После этого случая их личные отношения опять опустились до уровня «взаимных согласований». Воспоминание же об их случайной встрече за гранью реального мира осталось в душе Ли навсегда, и на его ясность и свежесть не повлиял уход Ли из той солидной конторы, а трагическая гибель Толи под колесами невесть откуда взявшегося «студебеккера», раздавившего ему грудь и сердце, — катастрофа, о которой Ли узнал с большим опозданием, — вернула его к раздумьям об источнике Страдания и Печали, живших в каком-то безысходном мире за стенами, окнами и дверями комнаты с расстроенным роялем, где смеялся музыки голубоглазый хмель. Ли думал о том, что его ответ на вопрос, все ли он понял, был искренним и точным: он все понял, но долгое время не мог выразить в слове это неуловимое понимание.
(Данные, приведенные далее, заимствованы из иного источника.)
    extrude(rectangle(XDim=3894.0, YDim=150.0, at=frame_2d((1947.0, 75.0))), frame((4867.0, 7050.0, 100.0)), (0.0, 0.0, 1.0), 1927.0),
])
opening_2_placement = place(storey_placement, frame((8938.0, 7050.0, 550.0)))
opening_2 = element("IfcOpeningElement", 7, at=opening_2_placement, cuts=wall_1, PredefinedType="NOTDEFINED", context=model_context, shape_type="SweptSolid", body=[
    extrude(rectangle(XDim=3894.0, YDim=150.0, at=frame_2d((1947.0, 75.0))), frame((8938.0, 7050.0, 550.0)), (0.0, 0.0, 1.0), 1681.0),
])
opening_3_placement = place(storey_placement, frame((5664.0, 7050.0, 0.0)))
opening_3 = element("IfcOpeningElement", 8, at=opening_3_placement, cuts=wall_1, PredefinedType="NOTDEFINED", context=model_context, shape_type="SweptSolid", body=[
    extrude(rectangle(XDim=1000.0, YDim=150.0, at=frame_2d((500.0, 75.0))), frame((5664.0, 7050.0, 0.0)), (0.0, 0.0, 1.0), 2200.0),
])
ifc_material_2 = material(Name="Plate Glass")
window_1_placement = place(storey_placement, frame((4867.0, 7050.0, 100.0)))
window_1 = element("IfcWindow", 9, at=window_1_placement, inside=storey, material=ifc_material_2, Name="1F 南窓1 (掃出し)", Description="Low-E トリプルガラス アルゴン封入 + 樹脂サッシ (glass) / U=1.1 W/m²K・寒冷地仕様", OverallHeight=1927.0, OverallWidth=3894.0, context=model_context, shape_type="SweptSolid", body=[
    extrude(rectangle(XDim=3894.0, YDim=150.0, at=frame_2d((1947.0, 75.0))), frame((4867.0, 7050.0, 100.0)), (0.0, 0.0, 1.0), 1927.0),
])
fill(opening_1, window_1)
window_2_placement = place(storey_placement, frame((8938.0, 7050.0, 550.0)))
Потом Слово было найдено, и этим словом было «Тело»: созданный «по образу и подобию» таких, как Ли и Рахма, Толя, в отличие от них, был рабом тела, и это сделало его пасынком Хранителей их Судеб, пасынком, понимающим свою отверженность.
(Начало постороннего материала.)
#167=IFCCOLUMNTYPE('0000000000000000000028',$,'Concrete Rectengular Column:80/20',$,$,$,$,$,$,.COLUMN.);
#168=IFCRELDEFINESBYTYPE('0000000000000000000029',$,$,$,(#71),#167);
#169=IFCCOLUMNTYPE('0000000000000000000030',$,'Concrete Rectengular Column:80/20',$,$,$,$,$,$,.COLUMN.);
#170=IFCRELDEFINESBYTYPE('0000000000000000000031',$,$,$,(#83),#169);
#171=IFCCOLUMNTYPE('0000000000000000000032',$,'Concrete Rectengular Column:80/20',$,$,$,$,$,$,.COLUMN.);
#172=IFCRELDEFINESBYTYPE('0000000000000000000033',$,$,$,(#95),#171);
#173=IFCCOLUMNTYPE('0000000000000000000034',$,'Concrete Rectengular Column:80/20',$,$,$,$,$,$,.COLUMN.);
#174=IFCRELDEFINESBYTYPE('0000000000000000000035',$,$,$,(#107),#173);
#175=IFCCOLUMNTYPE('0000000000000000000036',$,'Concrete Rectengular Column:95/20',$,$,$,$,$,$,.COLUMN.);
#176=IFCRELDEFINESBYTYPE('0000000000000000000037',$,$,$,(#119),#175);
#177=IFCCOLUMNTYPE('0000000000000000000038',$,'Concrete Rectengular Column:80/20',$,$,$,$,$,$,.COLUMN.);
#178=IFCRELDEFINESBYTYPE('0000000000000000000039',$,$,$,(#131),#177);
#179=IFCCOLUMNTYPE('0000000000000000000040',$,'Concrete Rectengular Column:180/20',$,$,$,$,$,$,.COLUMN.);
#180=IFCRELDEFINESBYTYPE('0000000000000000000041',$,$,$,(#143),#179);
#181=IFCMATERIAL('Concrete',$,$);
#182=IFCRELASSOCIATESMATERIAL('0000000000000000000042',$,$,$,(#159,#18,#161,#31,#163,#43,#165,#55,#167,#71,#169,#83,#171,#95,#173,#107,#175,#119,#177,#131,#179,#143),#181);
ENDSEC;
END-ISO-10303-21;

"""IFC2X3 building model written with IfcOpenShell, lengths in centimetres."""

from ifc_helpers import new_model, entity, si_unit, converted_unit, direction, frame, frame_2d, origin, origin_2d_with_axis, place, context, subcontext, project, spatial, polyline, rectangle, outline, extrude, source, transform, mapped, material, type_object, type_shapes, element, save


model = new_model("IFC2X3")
Много лет спустя Ли случайно встретил точное описание поставленного им Толе диагноза бесконечной пытки:

Не изменилось ничто.
Кроме течения рек,
Кроме лесов, побережий, ледников и пустынь.
Мечется в этих ландшафтах душа-одиночка,
Теряется, возвращается, мается, исчезает.
Неуловимая, сама для себя чужая,
Вряд ли она уверена в собственном существованье,
Тело же есть, есть, есть, есть,
И некуда деться.

Это было потом, а тогда, вскоре после визита к Толе, ему самому очередной раз предстояло испытать силу и жар соблазна, таившиеся во временном пристанище его души.

Итак, Ли покинул свою «солидную фирму». Когда его, спустя годы и годы, потом спрашивали, почему он это сделал — «там ведь такая школа!», он скромно отвечал: «Там было слишком много евреев!»
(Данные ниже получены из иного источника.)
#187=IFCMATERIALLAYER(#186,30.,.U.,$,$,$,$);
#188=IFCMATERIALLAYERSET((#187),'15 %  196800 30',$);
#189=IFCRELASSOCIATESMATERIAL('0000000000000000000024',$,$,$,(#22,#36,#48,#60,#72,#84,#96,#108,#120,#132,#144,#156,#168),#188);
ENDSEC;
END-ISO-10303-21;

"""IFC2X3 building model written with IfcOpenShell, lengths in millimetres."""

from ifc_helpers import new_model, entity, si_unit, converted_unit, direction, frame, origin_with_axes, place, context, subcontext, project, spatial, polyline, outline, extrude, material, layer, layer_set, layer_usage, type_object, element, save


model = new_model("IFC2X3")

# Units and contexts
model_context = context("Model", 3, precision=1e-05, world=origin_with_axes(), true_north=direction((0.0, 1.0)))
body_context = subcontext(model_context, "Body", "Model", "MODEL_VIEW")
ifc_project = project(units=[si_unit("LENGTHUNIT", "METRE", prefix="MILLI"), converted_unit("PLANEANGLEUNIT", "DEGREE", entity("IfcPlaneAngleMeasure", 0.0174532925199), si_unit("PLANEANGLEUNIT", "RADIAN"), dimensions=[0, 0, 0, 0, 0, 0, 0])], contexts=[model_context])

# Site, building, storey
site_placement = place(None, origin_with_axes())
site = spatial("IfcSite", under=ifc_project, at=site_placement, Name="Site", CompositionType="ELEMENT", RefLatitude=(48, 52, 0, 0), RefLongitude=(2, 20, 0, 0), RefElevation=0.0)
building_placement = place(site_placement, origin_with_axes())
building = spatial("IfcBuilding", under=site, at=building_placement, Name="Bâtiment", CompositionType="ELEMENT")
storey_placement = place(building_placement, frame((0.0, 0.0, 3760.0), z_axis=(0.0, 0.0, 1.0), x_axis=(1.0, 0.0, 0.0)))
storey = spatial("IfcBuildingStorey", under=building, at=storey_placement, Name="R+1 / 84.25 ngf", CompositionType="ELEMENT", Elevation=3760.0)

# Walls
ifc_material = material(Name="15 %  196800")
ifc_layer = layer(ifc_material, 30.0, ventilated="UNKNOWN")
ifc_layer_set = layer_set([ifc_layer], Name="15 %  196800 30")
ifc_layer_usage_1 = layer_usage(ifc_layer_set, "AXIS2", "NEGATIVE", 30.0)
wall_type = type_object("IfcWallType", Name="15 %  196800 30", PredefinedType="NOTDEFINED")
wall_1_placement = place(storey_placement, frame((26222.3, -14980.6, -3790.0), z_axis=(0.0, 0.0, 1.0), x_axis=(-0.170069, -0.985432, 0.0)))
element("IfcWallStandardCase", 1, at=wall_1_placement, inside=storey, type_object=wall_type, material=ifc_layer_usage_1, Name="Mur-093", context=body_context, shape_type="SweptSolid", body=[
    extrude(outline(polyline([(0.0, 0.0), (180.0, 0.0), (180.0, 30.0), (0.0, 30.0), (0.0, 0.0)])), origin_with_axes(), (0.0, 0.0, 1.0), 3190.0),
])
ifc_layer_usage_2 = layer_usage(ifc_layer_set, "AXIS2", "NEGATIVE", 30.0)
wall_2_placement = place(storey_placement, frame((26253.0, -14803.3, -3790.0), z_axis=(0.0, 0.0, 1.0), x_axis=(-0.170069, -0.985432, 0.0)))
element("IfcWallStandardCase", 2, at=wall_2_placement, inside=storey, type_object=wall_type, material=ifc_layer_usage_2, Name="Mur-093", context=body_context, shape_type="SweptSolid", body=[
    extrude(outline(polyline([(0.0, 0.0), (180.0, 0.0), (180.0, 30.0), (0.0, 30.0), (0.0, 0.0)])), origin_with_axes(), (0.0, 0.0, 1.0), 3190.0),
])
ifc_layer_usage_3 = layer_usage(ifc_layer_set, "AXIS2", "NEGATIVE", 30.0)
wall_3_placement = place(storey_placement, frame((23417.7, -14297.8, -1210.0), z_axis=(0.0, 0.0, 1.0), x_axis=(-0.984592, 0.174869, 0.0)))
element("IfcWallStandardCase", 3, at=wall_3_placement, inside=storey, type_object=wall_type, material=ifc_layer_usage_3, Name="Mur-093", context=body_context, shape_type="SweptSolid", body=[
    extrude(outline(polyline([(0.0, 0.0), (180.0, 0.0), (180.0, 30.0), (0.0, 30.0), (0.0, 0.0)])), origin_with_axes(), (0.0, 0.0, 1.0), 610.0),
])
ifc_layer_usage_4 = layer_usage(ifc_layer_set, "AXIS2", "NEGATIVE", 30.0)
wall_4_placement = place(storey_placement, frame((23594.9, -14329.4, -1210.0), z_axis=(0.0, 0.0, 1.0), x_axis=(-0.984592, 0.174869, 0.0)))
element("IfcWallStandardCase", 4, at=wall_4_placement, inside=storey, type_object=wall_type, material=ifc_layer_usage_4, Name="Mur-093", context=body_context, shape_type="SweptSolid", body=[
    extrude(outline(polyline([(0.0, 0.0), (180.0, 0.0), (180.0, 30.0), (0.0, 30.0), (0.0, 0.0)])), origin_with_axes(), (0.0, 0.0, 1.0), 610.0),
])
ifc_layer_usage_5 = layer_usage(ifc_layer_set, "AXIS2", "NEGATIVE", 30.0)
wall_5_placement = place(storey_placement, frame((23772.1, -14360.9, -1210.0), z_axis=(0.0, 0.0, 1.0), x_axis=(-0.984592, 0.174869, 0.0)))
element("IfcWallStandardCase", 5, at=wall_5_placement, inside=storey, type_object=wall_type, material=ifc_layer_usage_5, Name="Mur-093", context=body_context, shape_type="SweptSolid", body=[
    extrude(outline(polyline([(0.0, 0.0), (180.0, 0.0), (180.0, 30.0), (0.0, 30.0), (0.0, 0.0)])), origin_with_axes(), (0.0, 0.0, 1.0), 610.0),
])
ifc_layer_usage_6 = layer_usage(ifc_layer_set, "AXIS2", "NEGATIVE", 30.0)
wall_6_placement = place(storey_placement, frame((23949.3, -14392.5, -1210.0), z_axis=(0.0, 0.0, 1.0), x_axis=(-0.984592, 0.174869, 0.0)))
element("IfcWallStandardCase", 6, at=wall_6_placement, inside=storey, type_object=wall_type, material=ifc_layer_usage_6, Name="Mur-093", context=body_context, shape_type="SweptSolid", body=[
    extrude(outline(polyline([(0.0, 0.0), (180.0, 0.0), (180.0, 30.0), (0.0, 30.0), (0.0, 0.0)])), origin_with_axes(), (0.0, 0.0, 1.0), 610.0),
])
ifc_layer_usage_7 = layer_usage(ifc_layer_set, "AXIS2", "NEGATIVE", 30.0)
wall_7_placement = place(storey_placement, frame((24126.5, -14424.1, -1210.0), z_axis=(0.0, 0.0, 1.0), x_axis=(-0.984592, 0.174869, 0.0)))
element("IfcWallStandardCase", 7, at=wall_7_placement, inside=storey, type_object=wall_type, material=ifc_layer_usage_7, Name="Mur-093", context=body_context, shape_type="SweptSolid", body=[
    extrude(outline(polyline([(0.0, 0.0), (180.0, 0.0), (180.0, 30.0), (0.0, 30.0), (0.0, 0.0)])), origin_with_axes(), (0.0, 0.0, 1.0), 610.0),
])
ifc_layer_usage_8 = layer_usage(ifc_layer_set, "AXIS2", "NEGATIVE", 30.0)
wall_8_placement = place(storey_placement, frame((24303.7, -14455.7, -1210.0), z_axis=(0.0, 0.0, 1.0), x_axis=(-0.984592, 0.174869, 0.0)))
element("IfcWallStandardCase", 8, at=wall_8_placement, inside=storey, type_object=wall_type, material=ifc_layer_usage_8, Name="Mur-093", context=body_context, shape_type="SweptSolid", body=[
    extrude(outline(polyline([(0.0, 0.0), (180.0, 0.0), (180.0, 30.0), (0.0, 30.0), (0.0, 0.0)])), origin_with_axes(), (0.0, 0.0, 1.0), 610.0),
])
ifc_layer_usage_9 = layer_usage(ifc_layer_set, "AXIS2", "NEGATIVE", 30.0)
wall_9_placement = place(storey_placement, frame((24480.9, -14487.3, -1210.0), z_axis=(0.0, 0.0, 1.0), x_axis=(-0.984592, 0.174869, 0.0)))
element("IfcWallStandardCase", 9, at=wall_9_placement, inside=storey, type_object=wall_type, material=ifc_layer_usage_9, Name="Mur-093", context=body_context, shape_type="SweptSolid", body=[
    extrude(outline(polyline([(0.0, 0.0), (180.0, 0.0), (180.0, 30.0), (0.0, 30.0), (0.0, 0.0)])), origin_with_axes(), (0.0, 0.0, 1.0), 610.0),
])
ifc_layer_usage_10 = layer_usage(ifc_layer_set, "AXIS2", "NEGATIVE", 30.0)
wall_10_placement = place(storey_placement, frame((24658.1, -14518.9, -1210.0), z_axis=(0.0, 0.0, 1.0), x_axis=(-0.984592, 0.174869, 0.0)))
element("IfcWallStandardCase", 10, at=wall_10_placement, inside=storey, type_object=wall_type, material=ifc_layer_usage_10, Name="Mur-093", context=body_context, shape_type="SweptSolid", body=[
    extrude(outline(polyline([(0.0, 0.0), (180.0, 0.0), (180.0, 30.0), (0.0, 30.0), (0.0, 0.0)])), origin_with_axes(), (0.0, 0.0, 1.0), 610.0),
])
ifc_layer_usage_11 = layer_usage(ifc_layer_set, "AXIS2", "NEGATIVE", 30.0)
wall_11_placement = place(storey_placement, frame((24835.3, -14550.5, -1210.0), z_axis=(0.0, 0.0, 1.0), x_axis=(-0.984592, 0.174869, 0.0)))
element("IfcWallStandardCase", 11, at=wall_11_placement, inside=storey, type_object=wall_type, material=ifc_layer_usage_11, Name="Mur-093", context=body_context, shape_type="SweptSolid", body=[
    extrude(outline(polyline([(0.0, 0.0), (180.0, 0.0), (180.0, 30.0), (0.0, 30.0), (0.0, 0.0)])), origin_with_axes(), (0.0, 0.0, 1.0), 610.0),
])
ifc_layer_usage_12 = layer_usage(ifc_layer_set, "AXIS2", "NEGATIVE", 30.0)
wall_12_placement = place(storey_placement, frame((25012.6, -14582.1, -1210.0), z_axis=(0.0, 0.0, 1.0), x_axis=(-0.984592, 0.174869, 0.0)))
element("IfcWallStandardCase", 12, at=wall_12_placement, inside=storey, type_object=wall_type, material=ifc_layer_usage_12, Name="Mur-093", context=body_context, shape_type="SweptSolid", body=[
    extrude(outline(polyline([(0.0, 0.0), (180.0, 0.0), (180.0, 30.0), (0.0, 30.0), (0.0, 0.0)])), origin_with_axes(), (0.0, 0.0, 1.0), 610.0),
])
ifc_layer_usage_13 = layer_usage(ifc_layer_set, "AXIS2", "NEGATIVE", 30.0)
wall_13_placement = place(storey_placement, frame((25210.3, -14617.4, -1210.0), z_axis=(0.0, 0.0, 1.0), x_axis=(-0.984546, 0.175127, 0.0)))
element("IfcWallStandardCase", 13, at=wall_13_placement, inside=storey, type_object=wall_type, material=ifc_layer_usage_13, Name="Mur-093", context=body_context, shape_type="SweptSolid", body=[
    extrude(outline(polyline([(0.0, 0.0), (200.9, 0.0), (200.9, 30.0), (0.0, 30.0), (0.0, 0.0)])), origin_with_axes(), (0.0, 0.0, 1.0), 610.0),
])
Все воспринимали это как шутку и весело смеялись, но Ли не шутил. Дело в том, что евреи вносили в любое дело дух соревновательности, жизнь превращалась в какой-то сплошной конкурс, все и всё они старались сделать быстрее и лучше и обязательно рассказать, как глубоко всё ими понято и как хитро все выполнено, а Ли этого не любил. Свои взаимоотношения с работой он считал глубоко интимными и хотел оставлять за собой право решать, что сделать раньше, что позже, и какой путь избрать, лишь бы был результат. Здесь же, из-за перенасыщенности старых стен яркими индивидуальностями, ни о какой такой самостоятельности он не мог и мечтать. И только поэтому он, с искренней благодарностью за школу и науку, покинул эту контору.